Look for the string "MappedRepresentation" in the data below, and copy each line that holds it.

====== Data ======

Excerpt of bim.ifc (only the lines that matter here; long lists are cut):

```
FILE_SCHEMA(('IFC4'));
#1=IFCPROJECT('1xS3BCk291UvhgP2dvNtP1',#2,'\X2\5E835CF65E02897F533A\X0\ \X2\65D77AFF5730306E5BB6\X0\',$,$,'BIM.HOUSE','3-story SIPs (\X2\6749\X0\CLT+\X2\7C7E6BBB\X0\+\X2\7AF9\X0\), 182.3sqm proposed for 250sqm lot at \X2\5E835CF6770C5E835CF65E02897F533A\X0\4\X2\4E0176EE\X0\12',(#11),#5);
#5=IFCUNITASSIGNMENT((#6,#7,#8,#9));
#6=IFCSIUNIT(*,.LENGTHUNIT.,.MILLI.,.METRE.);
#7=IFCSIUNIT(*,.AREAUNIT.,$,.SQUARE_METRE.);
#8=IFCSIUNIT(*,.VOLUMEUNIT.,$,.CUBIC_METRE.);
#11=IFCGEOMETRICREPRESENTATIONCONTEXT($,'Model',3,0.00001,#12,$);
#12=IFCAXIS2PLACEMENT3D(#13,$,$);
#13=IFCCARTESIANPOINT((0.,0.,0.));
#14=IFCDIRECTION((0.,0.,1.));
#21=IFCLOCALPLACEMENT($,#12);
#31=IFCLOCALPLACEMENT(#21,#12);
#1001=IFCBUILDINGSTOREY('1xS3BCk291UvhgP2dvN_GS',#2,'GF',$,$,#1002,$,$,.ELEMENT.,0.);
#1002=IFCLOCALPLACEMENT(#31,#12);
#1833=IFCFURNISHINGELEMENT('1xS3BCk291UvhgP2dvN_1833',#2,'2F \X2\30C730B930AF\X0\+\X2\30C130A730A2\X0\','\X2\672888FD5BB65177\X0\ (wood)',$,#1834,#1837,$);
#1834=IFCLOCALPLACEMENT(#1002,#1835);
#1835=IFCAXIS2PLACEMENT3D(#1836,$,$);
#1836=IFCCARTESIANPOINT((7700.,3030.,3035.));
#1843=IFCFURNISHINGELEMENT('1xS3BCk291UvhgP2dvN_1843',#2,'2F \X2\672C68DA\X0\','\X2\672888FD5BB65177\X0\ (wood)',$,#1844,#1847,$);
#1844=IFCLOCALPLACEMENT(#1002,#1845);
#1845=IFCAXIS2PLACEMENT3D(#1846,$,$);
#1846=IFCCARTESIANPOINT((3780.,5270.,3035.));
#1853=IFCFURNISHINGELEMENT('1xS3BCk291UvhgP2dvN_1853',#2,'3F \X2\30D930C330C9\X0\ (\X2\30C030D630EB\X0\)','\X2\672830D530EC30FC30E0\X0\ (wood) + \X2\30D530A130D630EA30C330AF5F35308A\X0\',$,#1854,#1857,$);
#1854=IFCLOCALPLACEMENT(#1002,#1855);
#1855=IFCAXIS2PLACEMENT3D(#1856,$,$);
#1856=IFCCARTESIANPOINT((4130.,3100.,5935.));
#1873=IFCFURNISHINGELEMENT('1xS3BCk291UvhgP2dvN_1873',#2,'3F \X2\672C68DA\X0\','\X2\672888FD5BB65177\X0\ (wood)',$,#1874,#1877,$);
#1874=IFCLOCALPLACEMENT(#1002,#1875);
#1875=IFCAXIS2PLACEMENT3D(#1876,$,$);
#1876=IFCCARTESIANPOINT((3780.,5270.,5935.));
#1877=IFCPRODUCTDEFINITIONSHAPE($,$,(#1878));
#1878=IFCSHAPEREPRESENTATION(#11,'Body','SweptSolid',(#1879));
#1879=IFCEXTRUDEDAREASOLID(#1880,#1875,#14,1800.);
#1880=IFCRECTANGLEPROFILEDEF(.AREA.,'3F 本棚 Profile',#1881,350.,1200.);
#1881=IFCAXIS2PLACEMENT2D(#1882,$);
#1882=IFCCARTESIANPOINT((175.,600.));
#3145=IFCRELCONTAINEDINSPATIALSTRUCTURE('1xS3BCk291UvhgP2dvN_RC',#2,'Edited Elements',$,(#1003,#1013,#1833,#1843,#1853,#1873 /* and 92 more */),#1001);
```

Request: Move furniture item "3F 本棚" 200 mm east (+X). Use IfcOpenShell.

```python
import ifcopenshell
import ifcopenshell.api.geometry
import ifcopenshell.util.placement
import ifcopenshell.util.unit

model = ifcopenshell.open("bim.ifc")
unit_scale = ifcopenshell.util.unit.calculate_unit_scale(model)

item = model.by_id(1873)
matrix = ifcopenshell.util.placement.get_local_placement(item.ObjectPlacement)
matrix[0, 3] += 0.2 / unit_scale
ifcopenshell.api.geometry.edit_object_placement(model, product=item, matrix=matrix, is_si=False)

print(ifcopenshell.util.placement.get_local_placement(item.ObjectPlacement).round(3) + 0.0)

model.write("bim-out.ifc")
```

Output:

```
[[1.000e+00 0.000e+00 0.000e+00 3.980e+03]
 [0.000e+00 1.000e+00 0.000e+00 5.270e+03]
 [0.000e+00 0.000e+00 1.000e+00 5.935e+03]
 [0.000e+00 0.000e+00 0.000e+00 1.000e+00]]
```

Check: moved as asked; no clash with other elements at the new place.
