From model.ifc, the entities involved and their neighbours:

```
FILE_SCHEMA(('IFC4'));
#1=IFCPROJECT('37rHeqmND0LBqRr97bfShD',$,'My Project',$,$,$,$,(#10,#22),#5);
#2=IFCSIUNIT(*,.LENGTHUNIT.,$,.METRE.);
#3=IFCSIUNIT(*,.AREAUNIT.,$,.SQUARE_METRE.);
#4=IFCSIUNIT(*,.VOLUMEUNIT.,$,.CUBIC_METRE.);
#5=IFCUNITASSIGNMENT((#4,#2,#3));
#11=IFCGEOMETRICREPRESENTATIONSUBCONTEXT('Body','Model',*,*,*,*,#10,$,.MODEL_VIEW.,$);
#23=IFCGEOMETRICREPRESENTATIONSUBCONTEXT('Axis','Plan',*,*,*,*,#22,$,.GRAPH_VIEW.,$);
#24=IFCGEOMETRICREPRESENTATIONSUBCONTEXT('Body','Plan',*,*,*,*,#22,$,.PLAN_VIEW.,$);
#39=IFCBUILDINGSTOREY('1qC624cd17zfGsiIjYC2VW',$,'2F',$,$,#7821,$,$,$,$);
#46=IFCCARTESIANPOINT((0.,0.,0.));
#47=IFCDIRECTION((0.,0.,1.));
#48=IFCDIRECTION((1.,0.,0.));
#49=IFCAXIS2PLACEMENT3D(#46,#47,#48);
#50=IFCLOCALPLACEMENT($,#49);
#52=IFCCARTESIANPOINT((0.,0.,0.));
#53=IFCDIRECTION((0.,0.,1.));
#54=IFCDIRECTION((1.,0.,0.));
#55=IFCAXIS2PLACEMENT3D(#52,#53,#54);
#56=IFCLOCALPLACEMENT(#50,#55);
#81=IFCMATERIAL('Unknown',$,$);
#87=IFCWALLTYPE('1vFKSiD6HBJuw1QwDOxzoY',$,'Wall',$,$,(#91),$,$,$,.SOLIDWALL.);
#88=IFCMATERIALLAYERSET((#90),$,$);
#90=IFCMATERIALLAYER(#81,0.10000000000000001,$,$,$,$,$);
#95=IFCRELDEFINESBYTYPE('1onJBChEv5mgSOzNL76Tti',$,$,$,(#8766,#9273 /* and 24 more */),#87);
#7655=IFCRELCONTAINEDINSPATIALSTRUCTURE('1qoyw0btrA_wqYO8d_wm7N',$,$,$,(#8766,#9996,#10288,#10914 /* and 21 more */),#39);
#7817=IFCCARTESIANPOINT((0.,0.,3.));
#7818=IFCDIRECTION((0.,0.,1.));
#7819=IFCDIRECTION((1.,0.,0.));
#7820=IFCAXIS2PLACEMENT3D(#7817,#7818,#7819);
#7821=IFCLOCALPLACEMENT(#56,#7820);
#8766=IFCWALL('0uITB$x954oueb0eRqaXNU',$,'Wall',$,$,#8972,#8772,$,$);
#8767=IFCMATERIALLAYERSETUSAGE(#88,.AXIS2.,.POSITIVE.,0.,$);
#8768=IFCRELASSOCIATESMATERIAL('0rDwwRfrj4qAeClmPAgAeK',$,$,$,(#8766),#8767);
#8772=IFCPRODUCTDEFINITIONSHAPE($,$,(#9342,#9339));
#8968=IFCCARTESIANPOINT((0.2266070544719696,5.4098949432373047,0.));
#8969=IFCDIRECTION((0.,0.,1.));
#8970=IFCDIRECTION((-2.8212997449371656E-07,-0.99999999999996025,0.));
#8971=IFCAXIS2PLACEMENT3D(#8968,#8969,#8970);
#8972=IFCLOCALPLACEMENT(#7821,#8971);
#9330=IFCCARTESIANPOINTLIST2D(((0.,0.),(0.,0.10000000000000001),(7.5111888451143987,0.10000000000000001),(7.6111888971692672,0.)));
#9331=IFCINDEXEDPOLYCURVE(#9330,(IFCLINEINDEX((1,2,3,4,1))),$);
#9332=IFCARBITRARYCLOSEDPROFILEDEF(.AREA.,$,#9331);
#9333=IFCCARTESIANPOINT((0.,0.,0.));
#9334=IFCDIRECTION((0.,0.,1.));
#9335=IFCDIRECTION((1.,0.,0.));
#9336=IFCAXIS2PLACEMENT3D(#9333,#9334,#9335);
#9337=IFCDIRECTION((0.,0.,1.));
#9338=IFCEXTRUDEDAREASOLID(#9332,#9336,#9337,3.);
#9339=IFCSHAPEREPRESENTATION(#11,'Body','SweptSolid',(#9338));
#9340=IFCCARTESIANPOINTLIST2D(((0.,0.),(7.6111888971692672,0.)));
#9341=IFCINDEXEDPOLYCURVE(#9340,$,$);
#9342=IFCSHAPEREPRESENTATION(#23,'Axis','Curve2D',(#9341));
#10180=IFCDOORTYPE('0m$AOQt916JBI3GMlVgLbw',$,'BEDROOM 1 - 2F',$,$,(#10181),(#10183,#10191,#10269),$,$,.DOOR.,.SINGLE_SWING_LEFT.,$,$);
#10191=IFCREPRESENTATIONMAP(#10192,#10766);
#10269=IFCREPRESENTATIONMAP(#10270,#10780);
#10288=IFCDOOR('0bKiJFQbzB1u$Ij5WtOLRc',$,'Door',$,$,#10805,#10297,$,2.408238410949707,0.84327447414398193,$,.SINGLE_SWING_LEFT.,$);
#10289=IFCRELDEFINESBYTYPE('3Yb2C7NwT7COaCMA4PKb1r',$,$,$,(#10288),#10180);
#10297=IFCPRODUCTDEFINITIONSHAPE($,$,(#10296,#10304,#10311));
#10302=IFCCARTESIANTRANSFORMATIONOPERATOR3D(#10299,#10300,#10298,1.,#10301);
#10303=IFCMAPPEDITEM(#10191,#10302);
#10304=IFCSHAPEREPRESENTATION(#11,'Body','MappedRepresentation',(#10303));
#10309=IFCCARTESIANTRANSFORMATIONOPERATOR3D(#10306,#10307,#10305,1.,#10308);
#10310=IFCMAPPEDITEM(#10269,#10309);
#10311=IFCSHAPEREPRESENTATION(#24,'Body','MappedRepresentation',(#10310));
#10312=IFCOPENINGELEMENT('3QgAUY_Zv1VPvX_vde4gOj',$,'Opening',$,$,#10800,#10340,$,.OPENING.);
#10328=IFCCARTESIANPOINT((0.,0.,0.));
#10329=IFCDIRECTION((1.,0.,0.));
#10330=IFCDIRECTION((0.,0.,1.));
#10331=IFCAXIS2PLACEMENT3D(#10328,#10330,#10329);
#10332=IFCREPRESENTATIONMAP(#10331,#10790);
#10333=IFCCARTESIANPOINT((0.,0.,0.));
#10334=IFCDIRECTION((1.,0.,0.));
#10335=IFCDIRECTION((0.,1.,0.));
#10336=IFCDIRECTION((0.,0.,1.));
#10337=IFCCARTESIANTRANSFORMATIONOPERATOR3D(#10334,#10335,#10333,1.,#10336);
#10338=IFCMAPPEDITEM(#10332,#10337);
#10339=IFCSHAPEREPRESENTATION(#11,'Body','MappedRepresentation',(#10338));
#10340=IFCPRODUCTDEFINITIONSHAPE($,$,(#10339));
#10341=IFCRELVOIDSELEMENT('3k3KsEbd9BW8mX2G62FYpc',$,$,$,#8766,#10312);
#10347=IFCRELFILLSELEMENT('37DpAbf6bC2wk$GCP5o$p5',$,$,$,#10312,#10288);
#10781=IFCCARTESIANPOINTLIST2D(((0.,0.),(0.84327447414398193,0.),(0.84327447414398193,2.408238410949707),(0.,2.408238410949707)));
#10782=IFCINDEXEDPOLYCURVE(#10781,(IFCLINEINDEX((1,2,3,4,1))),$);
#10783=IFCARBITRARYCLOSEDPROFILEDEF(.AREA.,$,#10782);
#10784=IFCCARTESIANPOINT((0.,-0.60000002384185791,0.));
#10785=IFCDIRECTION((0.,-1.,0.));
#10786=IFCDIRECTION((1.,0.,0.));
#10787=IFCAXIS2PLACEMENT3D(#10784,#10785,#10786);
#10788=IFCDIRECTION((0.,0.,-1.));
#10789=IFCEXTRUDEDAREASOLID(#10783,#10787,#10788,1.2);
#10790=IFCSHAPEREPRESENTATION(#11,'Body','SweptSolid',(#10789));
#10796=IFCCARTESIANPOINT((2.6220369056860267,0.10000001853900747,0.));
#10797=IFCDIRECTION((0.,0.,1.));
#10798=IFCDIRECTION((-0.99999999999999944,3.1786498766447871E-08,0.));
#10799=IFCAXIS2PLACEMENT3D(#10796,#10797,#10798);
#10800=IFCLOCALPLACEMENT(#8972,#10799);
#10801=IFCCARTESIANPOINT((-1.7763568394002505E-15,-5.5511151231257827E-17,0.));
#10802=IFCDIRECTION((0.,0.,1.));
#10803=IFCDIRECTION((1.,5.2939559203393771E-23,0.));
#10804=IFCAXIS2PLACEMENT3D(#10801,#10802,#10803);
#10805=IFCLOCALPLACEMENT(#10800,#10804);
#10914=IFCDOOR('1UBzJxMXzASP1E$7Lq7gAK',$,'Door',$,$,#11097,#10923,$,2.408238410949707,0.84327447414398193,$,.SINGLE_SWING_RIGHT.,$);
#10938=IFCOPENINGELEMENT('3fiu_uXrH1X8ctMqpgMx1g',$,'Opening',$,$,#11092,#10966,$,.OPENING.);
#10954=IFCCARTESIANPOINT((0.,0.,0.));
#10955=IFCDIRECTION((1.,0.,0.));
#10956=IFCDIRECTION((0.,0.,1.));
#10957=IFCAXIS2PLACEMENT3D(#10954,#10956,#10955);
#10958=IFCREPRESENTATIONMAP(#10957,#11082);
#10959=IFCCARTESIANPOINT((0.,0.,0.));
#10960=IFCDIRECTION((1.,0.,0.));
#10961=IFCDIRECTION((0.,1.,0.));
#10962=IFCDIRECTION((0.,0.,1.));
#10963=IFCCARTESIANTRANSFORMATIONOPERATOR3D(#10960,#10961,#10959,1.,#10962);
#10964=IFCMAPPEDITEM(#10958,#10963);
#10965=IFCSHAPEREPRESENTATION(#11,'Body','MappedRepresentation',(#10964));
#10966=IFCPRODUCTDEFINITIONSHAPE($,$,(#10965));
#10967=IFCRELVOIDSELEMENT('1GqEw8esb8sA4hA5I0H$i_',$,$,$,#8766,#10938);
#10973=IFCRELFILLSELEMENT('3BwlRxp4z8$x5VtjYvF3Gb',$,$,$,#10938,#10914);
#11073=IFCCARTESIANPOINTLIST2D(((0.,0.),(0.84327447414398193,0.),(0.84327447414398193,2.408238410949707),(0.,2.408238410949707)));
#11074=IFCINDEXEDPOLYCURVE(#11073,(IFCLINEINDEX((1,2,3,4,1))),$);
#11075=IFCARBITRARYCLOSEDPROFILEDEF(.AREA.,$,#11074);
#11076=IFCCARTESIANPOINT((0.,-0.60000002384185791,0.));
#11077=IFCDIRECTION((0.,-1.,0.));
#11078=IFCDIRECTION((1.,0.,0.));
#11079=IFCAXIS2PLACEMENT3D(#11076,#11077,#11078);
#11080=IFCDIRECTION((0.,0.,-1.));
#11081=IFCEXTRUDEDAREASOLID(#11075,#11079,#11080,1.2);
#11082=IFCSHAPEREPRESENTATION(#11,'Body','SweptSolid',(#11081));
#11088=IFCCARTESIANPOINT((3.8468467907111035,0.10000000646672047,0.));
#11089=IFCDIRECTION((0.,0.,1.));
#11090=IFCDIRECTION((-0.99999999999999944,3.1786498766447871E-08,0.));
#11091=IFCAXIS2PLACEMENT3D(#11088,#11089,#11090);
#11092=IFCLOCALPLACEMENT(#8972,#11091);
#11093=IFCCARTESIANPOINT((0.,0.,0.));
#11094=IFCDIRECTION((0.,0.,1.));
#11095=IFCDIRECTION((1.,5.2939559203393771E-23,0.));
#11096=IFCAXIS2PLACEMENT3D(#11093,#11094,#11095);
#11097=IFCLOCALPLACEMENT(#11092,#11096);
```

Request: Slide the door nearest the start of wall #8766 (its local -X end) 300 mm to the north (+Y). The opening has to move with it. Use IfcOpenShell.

```python
import ifcopenshell
import ifcopenshell.api.geometry
import ifcopenshell.util.placement

model = ifcopenshell.open("model.ifc")

door = model.by_guid("0bKiJFQbzB1u$Ij5WtOLRc")
opening = door.FillsVoids[0].RelatingOpeningElement
wall = opening.VoidsElements[0].RelatingBuildingElement

wall_matrix = ifcopenshell.util.placement.get_local_placement(wall.ObjectPlacement)
shift = wall_matrix[:3, 0] * -0.3
before = ifcopenshell.util.placement.get_local_placement(door.ObjectPlacement)[:3, 3].copy()

# The door is placed relative to its opening, so it follows when the opening moves.
matrix = ifcopenshell.util.placement.get_local_placement(opening.ObjectPlacement)
matrix[:3, 3] += shift
ifcopenshell.api.geometry.edit_object_placement(
    model, product=opening, matrix=matrix, is_si=False, should_transform_children=True
)

after = ifcopenshell.util.placement.get_local_placement(door.ObjectPlacement)[:3, 3]
print("door moved by", (after - before).round(3) + 0.0)

model.write("model_edited.ifc")
```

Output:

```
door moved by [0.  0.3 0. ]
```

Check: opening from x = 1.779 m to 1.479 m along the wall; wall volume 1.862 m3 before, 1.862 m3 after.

======

Completed task:
#10304=IFCSHAPEREPRESENTATION(#11,'Body','MappedRepresentation',(#10303));
#10311=IFCSHAPEREPRESENTATION(#24,'Body','MappedRepresentation',(#10310));
#10339=IFCSHAPEREPRESENTATION(#11,'Body','MappedRepresentation',(#10338));
#10965=IFCSHAPEREPRESENTATION(#11,'Body','MappedRepresentation',(#10964));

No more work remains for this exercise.